PART IV—"THE STOCKADE"
Meanwhile, Smollett, Trelawney, and Livesey, along with Trelawney's three servants and one of the other hands, Abraham Gray, abandon the ship and come ashore to occupy an old abandoned stockade. The men still on the ship, led by the coxswain Israel Hands, run up the pirate flag. One of Trelawney's servants and one of the pirates are killed in the fight to reach the stockade, and the ship's gun keeps up a barrage upon them, to no effect, until dark when Jim finds the stockade and joins them. The next morning, Silver appears under a flag of truce, offering terms that the captain refuses, and revealing that another pirate has been killed in the night (by Gunn, Jim realizes, although Silver does not). At Smollett's refusal to surrender the map, Silver threatens an attack, and, within a short while, the attack on the stockade is launched.
PART V—"MY SEA ADVENTURE"
After a battle, the surviving mutineers retreat, having lost five men, but two more of the captain's group have been killed and Smollett himself is badly wounded. When Livesey leaves in search of Gunn, Jim runs away without permission and finds Gunn's homemade coracle. After dark, he goes out and cuts the ship adrift. The two pirates on board, Hands and O'Brien, interrupt their drunken quarrel to run on deck, but the ship—with Jim's boat in her wake—is swept out to sea on the ebb tide. Exhausted, Jim falls asleep in the boat and wakes up the next morning, bobbing along on the west coast of the island, carried by a northerly current. Eventually, he encounters the ship, which seems deserted, but getting on board, he finds O'Brien dead and Hands badly wounded. He and Hands agree that they will beach the ship at an inlet on the northern coast of the island. As the ship is about to beach, Hands attempts to kill Jim but is himself killed in the attempt. Then, after securing the ship as well as he can, Jim goes back ashore and heads for the stockade. Once there, in utter darkness, he enters the blockhouse—to be greeted by Silver and the remaining five mutineers, who have somehow taken over the stockade in his absence.
PART VI—"CAPTAIN SILVER"
Silver and the others argue about whether to kill Jim, and Silver talks them down. He tells Jim that, when everyone found the ship was gone, the captain's party agreed to a treaty whereby they gave up the stockade and the map. In the morning, the doctor arrives to treat the wounded and sick pirates and tells Silver to look out for trouble when they find the site of the treasure. After he leaves, Silver and the others set out with the map, taking Jim along as hostage. They encounter a skeleton, arms apparently oriented toward the treasure, which seriously unnerves the party. Eventually, they find the treasure cache—empty. The pirates are about to charge at Silver and Jim, but shots are fired by Livesey, Gray, and Gunn, from ambush. One pirate is killed and George Merry wounded, but quickly killed by Silver. The other three run away, and Livesey explains that Gunn had already found the treasure and taken it to his cave.

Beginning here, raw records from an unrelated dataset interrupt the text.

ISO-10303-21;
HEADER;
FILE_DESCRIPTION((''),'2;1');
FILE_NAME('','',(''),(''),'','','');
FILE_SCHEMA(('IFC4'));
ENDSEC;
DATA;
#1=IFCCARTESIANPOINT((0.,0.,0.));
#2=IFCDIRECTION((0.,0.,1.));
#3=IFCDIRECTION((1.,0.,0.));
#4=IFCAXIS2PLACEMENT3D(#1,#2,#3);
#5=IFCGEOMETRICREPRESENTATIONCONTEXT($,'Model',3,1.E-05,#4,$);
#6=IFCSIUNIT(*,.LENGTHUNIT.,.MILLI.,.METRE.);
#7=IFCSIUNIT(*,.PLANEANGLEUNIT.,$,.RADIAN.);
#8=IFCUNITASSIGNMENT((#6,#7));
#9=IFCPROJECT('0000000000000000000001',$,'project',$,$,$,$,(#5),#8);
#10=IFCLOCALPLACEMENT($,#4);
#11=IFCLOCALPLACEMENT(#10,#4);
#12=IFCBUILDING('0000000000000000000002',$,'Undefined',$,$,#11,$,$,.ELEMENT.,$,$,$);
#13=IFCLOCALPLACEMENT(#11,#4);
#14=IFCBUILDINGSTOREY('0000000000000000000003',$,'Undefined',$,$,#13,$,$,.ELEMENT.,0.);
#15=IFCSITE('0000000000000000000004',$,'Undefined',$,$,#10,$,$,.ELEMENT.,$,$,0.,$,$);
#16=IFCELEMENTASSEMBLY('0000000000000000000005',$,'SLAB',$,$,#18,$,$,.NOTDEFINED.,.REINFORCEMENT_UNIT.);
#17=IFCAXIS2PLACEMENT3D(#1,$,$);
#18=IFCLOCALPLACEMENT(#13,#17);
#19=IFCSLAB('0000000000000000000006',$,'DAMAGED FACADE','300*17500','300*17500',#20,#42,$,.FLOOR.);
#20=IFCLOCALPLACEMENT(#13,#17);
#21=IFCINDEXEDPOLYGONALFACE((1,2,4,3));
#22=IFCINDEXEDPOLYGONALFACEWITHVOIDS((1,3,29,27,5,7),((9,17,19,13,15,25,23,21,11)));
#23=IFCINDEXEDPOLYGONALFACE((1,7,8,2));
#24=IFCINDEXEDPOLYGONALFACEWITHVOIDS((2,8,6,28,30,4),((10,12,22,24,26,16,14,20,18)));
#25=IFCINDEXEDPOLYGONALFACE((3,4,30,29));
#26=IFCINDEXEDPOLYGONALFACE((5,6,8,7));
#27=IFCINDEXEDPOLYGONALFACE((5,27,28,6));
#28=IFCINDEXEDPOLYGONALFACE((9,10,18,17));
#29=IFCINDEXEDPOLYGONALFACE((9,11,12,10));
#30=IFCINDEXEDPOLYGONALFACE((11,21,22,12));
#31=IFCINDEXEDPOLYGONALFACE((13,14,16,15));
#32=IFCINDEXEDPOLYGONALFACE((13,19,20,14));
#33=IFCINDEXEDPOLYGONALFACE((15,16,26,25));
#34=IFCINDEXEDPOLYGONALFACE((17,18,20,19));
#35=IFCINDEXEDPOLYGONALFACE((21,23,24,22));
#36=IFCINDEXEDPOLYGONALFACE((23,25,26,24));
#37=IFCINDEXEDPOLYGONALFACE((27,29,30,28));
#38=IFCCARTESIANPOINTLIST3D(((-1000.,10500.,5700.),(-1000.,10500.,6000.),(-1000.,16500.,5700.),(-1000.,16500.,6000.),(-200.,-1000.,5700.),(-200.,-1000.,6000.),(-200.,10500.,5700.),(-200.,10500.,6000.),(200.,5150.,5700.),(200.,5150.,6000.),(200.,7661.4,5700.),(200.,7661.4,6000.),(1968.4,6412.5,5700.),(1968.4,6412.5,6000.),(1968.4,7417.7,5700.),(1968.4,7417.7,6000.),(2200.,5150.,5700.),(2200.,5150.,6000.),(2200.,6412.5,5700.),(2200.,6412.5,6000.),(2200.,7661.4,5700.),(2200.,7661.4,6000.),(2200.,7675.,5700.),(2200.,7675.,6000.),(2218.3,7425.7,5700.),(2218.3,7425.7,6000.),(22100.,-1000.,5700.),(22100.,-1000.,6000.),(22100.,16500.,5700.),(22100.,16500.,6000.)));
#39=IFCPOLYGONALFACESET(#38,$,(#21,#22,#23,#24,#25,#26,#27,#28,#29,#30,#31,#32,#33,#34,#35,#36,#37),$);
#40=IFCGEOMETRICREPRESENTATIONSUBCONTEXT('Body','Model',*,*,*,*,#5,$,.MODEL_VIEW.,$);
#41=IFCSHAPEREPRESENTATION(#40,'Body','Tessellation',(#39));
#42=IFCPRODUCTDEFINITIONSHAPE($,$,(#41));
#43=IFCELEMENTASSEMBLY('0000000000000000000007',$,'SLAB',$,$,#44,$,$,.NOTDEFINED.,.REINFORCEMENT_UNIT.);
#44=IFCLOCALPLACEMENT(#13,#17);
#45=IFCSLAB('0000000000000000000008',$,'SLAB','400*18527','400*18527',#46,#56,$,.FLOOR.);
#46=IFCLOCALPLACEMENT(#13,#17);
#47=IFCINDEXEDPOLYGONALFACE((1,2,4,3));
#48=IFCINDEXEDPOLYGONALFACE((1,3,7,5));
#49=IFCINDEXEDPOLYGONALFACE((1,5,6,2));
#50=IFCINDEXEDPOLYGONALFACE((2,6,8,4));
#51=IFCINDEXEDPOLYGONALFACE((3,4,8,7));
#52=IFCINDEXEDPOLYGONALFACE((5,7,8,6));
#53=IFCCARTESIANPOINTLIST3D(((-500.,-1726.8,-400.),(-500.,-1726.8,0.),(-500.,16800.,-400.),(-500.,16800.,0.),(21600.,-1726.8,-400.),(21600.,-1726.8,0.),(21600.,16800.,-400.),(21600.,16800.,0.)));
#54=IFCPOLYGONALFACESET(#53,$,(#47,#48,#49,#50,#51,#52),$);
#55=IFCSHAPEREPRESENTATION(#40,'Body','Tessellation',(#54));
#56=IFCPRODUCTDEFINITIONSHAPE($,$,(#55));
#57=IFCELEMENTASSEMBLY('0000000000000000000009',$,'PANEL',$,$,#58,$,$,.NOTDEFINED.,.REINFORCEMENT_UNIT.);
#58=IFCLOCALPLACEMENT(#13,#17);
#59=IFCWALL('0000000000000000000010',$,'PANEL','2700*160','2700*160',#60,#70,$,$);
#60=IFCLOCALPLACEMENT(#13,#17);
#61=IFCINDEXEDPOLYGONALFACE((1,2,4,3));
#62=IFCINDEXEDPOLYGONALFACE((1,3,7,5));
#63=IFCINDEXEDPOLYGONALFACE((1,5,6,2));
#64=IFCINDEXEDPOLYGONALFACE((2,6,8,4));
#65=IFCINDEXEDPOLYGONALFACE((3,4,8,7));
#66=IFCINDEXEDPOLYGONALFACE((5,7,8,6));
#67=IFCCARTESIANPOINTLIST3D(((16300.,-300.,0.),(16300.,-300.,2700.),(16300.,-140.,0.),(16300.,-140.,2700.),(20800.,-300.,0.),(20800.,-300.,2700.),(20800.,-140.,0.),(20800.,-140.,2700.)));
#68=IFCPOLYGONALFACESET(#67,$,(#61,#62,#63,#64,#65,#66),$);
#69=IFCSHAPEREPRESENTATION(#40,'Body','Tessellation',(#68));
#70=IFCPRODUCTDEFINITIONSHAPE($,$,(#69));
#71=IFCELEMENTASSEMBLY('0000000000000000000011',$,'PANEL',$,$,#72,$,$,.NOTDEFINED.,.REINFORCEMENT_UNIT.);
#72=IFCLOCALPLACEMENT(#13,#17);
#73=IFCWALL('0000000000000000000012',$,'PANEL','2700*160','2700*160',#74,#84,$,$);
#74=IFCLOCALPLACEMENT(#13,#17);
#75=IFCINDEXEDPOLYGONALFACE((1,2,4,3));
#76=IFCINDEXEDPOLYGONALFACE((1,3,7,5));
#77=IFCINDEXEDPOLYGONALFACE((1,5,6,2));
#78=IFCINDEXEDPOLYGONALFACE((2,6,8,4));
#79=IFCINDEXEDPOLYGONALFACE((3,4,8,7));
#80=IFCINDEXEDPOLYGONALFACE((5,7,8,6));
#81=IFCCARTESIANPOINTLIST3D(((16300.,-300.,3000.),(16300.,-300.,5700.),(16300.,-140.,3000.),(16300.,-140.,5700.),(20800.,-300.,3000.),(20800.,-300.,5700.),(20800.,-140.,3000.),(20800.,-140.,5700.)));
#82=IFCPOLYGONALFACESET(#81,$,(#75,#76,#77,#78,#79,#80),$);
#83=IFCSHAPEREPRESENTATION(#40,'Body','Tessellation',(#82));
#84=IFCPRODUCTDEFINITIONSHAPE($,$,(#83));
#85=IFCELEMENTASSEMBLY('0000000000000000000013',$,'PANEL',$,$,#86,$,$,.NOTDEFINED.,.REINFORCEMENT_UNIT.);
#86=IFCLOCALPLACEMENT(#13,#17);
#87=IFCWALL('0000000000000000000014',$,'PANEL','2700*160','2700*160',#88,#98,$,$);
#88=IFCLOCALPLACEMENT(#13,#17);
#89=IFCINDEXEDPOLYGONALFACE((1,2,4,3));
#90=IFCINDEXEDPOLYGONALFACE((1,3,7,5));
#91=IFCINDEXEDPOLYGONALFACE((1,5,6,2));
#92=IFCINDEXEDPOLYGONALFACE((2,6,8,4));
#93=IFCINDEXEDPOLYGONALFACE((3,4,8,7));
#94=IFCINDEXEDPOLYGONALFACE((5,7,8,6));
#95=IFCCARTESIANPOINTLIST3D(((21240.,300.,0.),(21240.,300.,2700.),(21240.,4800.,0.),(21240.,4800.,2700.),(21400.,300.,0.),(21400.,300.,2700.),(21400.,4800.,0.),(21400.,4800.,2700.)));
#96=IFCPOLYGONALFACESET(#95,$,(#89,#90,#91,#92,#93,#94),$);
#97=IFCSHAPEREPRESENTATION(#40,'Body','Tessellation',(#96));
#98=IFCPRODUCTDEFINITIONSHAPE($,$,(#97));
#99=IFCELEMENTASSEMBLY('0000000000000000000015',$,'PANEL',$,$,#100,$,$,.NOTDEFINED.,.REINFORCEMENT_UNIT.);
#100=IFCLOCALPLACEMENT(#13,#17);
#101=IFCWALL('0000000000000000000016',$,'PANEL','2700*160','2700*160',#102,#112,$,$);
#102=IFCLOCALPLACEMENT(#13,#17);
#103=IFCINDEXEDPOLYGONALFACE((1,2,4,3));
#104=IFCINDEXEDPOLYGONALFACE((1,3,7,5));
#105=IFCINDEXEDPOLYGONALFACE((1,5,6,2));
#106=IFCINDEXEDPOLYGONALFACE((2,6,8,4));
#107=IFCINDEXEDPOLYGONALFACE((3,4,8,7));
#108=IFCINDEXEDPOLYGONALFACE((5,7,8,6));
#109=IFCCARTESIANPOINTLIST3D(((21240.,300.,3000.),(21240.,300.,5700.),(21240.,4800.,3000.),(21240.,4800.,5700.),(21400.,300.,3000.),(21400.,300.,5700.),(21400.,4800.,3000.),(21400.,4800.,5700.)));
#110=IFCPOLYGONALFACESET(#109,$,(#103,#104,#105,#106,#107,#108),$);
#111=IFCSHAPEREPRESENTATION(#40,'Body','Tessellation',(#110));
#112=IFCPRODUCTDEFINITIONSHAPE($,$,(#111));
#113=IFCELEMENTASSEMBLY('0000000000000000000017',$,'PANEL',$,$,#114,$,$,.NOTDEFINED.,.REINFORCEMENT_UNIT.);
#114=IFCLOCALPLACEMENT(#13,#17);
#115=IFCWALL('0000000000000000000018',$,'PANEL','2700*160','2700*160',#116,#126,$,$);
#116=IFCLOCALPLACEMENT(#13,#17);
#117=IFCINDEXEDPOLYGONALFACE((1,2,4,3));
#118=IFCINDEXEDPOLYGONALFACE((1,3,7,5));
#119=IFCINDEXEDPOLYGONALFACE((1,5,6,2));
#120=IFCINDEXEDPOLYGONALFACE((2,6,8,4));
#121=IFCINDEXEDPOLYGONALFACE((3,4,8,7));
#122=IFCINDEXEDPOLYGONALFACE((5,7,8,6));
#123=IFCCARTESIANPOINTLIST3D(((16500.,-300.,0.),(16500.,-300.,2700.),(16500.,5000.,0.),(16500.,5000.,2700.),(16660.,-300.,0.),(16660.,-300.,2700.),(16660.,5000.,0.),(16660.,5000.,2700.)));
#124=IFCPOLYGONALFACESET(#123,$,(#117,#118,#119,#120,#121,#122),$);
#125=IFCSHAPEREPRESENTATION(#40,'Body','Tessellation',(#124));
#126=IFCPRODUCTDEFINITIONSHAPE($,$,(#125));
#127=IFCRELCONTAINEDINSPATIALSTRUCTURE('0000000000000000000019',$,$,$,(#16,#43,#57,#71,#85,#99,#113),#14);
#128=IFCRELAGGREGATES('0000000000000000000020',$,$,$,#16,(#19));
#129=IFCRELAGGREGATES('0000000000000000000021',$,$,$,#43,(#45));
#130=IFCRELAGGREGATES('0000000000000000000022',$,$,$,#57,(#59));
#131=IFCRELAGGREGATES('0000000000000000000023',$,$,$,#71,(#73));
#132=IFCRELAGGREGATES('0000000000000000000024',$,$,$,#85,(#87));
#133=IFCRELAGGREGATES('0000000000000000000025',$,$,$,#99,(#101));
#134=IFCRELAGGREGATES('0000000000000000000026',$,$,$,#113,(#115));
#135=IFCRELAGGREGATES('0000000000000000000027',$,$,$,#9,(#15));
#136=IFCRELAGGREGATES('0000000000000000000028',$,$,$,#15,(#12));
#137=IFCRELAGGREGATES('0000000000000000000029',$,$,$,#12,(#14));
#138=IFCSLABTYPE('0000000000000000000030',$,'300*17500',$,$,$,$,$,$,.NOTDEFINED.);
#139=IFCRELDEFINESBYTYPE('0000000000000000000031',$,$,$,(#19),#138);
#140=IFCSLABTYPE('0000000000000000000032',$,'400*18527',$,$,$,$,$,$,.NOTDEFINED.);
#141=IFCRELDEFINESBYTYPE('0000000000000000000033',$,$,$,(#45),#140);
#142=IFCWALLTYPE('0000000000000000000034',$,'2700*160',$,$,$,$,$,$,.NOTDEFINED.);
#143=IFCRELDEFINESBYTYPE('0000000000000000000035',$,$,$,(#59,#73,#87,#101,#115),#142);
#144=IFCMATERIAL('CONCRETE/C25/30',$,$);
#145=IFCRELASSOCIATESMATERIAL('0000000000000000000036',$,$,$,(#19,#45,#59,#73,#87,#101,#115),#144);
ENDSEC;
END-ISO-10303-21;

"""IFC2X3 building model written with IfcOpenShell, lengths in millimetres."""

from ifc_helpers import new_model, si_unit, frame, frame_2d, origin_with_axes, place, context, subcontext, project, spatial, polyline, rectangle, outline, extrude, boolean, material, type_object, element, aggregate, save


model = new_model("IFC2X3")

# Units and contexts
model_context = context("Model", 3, precision=1e-05, world=origin_with_axes())
body_context = subcontext(model_context, "Body", "Model", "MODEL_VIEW")
ifc_project = project(units=[si_unit("LENGTHUNIT", "METRE", prefix="MILLI"), si_unit("PLANEANGLEUNIT", "RADIAN")], contexts=[model_context])

# Site, building, storey
site_placement = place(None, origin_with_axes())
site = spatial("IfcSite", under=ifc_project, at=site_placement, Name="Undefined", CompositionType="ELEMENT", RefElevation=0.0)
building_placement = place(site_placement, origin_with_axes())
building = spatial("IfcBuilding", under=site, at=building_placement, Name="Undefined", CompositionType="ELEMENT")
storey_placement = place(building_placement, origin_with_axes())
storey = spatial("IfcBuildingStorey", under=building, at=storey_placement, Name="Undefined", CompositionType="ELEMENT", Elevation=0.0)

# Shared definitions
ifc_material = material(Name="CONCRETE/C25/30")

# Element assemblies, slabs
assembly_1_placement = place(storey_placement, origin_with_axes())
assembly_1 = element("IfcElementAssembly", 1, at=assembly_1_placement, inside=storey, Name="SLAB", AssemblyPlace="NOTDEFINED", PredefinedType="REINFORCEMENT_UNIT")
slab_type_1 = type_object("IfcSlabType", Name="300*17500", PredefinedType="NOTDEFINED")
slab_1_placement = place(assembly_1_placement, frame((22100.0, -1000.0, 5850.0), z_axis=(0.0, 0.0, 1.0), x_axis=(0.0, 1.0, 0.0)))
slab_1 = element("IfcSlab", 2, at=slab_1_placement, type_object=slab_type_1, material=ifc_material, Name="DAMAGED FACADE", Description="300*17500", ObjectType="300*17500", PredefinedType="FLOOR", context=body_context, shape_type="CSG", body=[
    boolean("DIFFERENCE", extrude(outline(polyline([(0.0, 0.0), (17500.0, 0.0), (17500.0, 23100.0), (11500.0, 23100.0), (11500.0, 22300.0), (0.0, 22300.0), (0.0, 0.0), (0.0, 0.0)])), frame((0.0, 0.0, -150.0), z_axis=(0.0, 0.0, 1.0), x_axis=(1.0, 0.0, 0.0)), (0.0, 0.0, 1.0), 300.0), extrude(outline(polyline([(0.0, 0.0), (2000.0, 0.0), (2000.0, -13.6), (2018.3, 235.8), (1768.4, 243.7), (1768.4, 1248.9), (2000.0, 1248.9), (2000.0, 2511.4), (0.0, 2511.4), (0.0, 0.0), (0.0, 0.0)])), frame((8661.4, 21900.0, 152.5), z_axis=(0.0, 0.0, -1.0), x_axis=(0.0, -1.0, 0.0)), (0.0, 0.0, 1.0), 305.0)),
])
aggregate(assembly_1, [slab_1])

In the next few days, they load much of the treasure onto the ship, abandon the three remaining mutineers (with supplies and ammunition) and sail away. At their first port in Spanish America, where they will sign on more crew, Silver steals a bag of money and escapes. The rest sail back to Bristol and divide up the treasure. Jim says there is more left on the island, but he for one will not undertake another voyage to recover it."